◆ **Problem requirements**
Among the entries below, find the lines that contain the string "Elevation". State only how many there are.

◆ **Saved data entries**
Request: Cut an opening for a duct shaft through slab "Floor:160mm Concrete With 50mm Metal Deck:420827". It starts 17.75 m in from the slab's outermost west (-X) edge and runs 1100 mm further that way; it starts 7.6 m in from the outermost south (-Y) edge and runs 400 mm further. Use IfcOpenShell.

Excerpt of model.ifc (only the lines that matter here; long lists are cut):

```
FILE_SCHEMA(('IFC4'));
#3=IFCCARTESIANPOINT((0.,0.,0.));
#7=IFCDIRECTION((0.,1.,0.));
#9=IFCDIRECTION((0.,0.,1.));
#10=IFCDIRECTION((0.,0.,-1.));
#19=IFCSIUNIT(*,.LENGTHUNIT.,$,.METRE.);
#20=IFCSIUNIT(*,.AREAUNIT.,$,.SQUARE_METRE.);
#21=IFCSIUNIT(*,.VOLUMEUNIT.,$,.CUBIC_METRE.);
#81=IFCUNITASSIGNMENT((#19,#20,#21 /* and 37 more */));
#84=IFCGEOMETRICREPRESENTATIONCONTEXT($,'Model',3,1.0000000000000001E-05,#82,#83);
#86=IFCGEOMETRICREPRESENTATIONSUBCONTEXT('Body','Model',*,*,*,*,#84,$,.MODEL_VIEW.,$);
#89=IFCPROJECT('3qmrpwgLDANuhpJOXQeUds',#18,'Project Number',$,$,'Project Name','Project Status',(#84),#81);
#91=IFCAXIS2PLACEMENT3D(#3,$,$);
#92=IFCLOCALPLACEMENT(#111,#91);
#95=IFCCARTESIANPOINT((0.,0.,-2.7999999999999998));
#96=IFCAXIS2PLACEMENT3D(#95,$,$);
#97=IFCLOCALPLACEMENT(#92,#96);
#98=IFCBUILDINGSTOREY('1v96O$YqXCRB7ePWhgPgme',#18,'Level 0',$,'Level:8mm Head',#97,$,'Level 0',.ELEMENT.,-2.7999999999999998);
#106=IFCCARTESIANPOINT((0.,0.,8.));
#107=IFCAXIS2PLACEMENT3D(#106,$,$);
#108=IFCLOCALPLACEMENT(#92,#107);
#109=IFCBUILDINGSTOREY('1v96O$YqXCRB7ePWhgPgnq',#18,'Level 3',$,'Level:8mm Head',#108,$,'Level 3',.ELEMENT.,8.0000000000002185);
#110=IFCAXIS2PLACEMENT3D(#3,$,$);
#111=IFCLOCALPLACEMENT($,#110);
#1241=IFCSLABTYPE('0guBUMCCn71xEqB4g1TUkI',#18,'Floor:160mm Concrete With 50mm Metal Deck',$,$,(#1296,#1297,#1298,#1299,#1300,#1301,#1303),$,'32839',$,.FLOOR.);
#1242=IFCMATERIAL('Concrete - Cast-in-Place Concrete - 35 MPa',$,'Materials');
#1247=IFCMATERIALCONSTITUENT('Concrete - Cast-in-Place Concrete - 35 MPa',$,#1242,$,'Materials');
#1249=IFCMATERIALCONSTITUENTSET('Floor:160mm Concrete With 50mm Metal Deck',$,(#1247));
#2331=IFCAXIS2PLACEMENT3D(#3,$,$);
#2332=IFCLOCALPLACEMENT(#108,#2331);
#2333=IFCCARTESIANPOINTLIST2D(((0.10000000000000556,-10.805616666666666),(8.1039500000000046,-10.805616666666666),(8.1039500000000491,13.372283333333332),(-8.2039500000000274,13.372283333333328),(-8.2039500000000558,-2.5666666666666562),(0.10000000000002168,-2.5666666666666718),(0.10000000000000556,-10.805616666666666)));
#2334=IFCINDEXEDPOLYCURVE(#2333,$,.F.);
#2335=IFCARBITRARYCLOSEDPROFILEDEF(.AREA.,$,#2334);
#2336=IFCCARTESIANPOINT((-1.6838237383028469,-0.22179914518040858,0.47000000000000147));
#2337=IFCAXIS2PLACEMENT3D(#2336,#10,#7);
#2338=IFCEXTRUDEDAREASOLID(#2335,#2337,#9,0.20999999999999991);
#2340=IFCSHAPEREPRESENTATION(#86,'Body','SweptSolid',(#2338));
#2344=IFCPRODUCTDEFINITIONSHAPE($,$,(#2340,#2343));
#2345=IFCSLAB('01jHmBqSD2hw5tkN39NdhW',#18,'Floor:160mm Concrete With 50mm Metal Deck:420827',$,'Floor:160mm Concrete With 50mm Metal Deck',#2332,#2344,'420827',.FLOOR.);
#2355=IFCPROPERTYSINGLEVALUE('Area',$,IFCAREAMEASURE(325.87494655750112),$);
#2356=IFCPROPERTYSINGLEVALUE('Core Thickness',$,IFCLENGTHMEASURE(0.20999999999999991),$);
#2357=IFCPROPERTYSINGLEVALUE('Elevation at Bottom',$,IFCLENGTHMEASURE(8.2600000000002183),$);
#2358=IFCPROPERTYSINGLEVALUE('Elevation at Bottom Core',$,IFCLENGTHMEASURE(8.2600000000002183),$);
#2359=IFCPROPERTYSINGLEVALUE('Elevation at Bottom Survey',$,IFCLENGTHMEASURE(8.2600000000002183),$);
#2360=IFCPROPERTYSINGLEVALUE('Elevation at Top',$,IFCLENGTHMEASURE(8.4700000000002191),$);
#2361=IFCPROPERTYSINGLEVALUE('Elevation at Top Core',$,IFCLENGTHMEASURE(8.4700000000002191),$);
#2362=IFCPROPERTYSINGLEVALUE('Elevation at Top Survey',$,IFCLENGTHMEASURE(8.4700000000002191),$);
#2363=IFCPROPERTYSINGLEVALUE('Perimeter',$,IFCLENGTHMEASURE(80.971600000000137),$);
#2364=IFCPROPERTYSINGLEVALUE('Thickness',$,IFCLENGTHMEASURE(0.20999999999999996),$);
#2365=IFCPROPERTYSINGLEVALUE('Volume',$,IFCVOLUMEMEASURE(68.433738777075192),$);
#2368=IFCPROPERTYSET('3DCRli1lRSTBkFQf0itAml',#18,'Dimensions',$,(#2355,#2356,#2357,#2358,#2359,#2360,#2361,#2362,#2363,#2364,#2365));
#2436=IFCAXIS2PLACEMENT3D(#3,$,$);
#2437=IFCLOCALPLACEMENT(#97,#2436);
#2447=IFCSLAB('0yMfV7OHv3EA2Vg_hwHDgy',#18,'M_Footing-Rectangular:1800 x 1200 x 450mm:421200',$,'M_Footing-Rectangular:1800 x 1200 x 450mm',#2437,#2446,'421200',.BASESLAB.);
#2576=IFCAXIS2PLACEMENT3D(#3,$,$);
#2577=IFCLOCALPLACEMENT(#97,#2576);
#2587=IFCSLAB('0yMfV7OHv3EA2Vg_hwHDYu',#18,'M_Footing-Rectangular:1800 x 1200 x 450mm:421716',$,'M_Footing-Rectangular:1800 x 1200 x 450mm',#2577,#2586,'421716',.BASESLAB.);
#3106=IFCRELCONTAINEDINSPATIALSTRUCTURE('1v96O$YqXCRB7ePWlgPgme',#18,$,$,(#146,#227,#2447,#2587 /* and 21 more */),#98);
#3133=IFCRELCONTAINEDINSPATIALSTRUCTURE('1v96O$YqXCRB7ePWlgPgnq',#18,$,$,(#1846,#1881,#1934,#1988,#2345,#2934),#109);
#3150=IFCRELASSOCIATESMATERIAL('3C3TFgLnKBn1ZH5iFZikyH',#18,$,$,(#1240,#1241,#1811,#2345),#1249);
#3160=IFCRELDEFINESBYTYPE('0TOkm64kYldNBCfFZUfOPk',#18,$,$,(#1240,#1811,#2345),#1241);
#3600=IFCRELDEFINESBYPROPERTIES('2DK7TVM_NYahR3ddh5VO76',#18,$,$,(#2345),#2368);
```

```python
import numpy as np
import ifcopenshell
import ifcopenshell.api.feature
import ifcopenshell.api.geometry
import ifcopenshell.api.pset
import ifcopenshell.api.root
import ifcopenshell.geom
import ifcopenshell.util.element
import ifcopenshell.util.placement
import ifcopenshell.util.representation
import ifcopenshell.util.shape
import ifcopenshell.util.unit

model = ifcopenshell.open("model.ifc")
unit_scale = ifcopenshell.util.unit.calculate_unit_scale(model)
area_scale = ifcopenshell.util.unit.calculate_unit_scale(model, "AREAUNIT")
volume_scale = ifcopenshell.util.unit.calculate_unit_scale(model, "VOLUMEUNIT")
settings = ifcopenshell.geom.settings()


def volume(element):
    """Net volume in cubic metres, openings subtracted."""
    shape = ifcopenshell.geom.create_shape(settings, element)
    return ifcopenshell.util.shape.get_volume(shape.geometry)


slab = model.by_id(2345)
before = volume(slab)

# Extent in the slab's own axes, in metres. The edges named are its -X and -Y sides.
slab_shape = ifcopenshell.geom.create_shape(settings, slab)
vertices = ifcopenshell.util.shape.get_vertices(slab_shape.geometry)
x_min, y_min, bottom = vertices.min(axis=0)
top = vertices[:, 2].max()

opening = ifcopenshell.api.root.create_entity(model, ifc_class="IfcOpeningElement", name="Duct shaft opening", predefined_type="OPENING")
context = ifcopenshell.util.representation.get_context(model, "Model", "Body", "MODEL_VIEW")
width, depth = 1.1, 0.4
outline = [(0.0, 0.0), (width, 0.0), (width, depth), (0.0, depth), (0.0, 0.0)]
# Overshoot both faces by 50 mm so the cut is clean.
shape = ifcopenshell.api.geometry.add_slab_representation(
    model, context=context, depth=top - bottom + 0.1, polyline=outline
)
ifcopenshell.api.geometry.assign_representation(model, product=opening, representation=shape)

matrix = ifcopenshell.util.placement.get_local_placement(slab.ObjectPlacement)
matrix[:, 3] = matrix @ np.append(np.array([x_min + 17.75, y_min + 7.6, bottom - 0.05]) / unit_scale, 1.0)
ifcopenshell.api.geometry.edit_object_placement(model, product=opening, matrix=matrix, is_si=False)
ifcopenshell.api.feature.add_feature(model, feature=opening, element=slab)

after = volume(slab)

# Update the slab's stored quantities.
pset = model.by_id(ifcopenshell.util.element.get_pset(slab, "Dimensions", should_inherit=False)["id"])
ifcopenshell.api.pset.edit_pset(model, pset=pset, properties={
    "Area": model.create_entity("IfcAreaMeasure", after / (top - bottom) / area_scale),
    "Volume": model.create_entity("IfcVolumeMeasure", after / volume_scale),
})

print(f"slab volume {before:.3f} -> {after:.3f} m3")

model.write("model-out.ifc")
```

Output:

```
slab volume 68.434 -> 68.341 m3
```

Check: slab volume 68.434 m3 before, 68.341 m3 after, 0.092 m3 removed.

◆ **Response to the exercise**
6